==== EXCERPTED DATA ====

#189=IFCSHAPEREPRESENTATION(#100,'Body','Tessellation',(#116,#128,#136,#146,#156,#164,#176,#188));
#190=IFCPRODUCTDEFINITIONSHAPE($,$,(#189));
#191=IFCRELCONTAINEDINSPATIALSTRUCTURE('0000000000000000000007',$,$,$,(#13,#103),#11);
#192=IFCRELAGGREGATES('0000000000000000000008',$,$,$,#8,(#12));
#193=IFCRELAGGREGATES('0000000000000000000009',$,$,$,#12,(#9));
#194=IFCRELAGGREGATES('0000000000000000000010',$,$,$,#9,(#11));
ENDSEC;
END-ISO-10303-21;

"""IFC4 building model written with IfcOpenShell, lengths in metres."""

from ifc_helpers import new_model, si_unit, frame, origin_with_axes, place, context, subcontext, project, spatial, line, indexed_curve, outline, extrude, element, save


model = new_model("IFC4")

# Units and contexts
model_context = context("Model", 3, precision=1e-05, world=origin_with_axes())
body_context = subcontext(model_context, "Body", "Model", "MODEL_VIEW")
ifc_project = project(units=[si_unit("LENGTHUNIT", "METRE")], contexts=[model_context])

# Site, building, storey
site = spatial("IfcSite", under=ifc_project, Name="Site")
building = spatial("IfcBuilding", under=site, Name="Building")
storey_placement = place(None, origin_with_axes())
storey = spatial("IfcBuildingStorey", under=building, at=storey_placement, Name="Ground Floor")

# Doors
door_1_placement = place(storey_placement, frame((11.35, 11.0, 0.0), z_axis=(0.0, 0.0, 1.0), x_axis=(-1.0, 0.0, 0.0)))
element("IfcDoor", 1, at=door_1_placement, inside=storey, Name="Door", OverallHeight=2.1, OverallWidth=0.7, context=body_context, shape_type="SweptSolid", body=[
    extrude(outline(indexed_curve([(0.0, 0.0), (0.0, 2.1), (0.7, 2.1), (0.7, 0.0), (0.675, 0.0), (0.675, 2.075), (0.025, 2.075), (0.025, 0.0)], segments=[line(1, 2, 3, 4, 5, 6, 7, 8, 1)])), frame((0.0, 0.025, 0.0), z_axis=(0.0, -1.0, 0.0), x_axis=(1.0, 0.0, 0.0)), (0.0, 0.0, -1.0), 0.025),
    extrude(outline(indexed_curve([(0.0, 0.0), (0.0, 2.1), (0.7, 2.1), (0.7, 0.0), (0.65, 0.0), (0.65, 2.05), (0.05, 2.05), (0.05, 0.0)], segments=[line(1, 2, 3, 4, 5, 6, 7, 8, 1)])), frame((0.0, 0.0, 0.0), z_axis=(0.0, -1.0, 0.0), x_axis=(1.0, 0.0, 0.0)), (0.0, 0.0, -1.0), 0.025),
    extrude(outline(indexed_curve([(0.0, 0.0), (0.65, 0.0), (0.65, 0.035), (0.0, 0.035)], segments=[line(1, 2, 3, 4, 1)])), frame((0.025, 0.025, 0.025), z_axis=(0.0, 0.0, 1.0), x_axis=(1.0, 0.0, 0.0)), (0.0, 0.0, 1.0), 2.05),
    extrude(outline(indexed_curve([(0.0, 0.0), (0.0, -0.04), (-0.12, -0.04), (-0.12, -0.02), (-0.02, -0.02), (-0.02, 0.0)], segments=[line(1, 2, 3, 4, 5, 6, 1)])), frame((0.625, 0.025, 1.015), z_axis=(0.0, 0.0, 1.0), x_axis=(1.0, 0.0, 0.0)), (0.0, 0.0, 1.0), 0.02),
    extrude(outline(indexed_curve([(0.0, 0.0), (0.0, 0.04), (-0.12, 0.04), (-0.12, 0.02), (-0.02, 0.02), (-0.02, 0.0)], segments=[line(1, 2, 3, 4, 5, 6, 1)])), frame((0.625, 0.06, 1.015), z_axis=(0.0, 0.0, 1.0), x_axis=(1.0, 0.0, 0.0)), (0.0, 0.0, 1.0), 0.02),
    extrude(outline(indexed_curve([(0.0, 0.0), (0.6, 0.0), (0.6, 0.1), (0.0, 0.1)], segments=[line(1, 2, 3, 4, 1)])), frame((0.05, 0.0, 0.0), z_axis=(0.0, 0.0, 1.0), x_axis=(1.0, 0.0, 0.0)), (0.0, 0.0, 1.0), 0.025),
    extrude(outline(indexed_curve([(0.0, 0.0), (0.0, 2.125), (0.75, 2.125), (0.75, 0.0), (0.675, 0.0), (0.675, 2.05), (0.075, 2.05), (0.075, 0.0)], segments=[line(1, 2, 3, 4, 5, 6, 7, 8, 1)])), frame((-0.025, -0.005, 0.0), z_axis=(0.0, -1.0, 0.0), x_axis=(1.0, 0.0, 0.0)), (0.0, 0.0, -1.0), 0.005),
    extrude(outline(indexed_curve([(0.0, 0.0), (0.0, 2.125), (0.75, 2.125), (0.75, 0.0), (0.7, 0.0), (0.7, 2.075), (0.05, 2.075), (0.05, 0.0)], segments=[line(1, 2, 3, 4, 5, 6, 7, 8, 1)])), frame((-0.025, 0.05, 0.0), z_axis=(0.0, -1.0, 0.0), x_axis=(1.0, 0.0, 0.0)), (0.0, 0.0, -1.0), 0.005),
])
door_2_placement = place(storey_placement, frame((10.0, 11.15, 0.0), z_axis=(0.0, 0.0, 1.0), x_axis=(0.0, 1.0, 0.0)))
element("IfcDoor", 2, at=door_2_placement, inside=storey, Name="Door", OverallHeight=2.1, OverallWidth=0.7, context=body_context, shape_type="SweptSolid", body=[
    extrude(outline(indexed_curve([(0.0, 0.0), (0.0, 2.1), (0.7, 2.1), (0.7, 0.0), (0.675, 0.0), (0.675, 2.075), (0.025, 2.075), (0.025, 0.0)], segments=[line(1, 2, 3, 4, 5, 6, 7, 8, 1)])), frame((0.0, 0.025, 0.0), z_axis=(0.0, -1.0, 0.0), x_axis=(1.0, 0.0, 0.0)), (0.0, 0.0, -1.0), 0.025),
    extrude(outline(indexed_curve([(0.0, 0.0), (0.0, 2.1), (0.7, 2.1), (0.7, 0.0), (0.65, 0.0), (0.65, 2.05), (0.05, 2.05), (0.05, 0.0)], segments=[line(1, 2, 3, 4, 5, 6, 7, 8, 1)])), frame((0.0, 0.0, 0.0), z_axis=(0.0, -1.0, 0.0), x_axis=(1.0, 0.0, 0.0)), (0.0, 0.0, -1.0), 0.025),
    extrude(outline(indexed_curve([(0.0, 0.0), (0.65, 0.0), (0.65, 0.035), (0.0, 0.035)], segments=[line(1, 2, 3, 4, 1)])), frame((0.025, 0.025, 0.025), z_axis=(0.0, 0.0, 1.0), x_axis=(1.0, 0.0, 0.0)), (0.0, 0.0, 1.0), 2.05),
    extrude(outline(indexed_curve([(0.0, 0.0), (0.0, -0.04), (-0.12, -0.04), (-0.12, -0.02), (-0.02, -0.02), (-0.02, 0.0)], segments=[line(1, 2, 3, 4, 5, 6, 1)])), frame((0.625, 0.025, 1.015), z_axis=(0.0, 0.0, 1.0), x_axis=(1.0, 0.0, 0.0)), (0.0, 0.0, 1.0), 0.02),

====
==== EXCERPTED DATA ====

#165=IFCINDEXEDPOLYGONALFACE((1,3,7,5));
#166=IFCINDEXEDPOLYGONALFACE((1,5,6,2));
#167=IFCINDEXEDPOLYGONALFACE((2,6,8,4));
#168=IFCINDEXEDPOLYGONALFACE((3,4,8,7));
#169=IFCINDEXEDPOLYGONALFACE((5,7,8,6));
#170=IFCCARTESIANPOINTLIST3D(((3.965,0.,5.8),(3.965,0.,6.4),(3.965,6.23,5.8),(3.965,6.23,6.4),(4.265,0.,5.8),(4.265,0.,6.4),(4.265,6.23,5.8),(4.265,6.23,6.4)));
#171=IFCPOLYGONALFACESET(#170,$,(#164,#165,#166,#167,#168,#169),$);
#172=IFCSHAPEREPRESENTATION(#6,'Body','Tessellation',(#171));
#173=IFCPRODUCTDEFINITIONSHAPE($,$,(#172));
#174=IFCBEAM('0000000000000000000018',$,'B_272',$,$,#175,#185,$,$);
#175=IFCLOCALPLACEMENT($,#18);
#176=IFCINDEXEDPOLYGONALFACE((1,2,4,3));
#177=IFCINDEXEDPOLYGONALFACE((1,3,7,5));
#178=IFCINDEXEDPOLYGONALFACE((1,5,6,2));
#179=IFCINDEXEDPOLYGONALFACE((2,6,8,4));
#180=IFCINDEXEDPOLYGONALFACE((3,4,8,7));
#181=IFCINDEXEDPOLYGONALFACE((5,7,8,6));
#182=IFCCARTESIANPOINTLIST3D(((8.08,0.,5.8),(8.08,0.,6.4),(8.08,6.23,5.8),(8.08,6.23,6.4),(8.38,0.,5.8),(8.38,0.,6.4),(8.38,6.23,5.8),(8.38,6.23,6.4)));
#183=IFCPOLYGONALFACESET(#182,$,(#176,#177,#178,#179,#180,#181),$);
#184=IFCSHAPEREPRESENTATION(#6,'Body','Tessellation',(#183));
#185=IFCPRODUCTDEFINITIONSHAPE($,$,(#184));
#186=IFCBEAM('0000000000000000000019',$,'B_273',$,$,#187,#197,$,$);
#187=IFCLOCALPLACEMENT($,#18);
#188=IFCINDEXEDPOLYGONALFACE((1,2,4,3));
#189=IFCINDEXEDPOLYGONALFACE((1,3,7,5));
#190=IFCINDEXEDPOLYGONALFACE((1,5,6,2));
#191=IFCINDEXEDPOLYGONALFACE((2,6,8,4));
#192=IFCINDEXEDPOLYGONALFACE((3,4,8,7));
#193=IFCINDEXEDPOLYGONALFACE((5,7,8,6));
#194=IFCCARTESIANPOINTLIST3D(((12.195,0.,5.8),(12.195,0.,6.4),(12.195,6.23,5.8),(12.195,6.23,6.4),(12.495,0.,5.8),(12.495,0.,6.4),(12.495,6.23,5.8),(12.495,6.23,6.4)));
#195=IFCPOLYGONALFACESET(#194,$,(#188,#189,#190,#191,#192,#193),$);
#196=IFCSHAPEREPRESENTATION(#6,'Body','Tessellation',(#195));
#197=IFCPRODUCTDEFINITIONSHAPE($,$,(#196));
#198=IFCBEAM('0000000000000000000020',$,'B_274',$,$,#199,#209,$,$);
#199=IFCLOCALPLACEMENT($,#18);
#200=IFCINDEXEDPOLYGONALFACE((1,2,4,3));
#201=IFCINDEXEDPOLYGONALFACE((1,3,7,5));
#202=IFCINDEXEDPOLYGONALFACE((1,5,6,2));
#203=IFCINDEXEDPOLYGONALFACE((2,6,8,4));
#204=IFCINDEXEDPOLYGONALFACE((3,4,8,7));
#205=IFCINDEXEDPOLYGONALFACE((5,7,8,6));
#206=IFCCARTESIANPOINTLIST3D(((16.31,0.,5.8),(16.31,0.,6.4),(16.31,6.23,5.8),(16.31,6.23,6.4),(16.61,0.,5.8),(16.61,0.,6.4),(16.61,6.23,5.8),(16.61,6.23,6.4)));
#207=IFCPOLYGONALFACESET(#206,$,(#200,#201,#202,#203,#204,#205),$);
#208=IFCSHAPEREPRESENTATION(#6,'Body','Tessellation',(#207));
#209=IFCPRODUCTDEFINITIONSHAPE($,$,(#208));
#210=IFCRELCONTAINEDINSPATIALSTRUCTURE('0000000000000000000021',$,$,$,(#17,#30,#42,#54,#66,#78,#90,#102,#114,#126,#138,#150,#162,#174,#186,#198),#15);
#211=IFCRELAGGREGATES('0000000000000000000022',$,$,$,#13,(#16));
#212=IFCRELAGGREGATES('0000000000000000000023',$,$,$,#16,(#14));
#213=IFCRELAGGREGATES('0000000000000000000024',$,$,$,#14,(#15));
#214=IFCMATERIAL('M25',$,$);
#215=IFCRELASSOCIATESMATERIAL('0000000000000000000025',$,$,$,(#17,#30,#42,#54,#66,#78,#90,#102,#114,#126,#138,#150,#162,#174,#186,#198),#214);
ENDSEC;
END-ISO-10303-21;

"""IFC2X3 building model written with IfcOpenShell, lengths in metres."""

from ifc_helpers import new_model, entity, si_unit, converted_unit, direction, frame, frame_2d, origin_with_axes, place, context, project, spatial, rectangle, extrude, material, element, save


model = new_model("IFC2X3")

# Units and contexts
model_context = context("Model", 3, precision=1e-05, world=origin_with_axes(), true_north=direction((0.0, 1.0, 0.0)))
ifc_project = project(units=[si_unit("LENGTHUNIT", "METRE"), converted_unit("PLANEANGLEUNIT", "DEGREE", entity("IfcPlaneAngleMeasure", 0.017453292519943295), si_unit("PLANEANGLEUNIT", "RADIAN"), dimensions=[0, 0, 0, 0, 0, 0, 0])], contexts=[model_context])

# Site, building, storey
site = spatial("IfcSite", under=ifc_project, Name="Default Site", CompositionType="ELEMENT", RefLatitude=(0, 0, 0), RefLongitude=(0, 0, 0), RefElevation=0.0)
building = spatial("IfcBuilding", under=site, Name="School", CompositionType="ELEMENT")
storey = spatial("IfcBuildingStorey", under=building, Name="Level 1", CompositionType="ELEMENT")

====

DESCRIPTION OF THE TASK. From the listing above, return the lines starting at the one with "#201=IFCINDEXEDPOLYGONALFACE((1,3,7,5));" and ending at the one with "#205=IFCINDEXEDPOLYGONALFACE((5,7,8,6));", both kept, exactly as they appear and nothing more.

THE ANSWER.
#201=IFCINDEXEDPOLYGONALFACE((1,3,7,5));
#202=IFCINDEXEDPOLYGONALFACE((1,5,6,2));
#203=IFCINDEXEDPOLYGONALFACE((2,6,8,4));
#204=IFCINDEXEDPOLYGONALFACE((3,4,8,7));
#205=IFCINDEXEDPOLYGONALFACE((5,7,8,6));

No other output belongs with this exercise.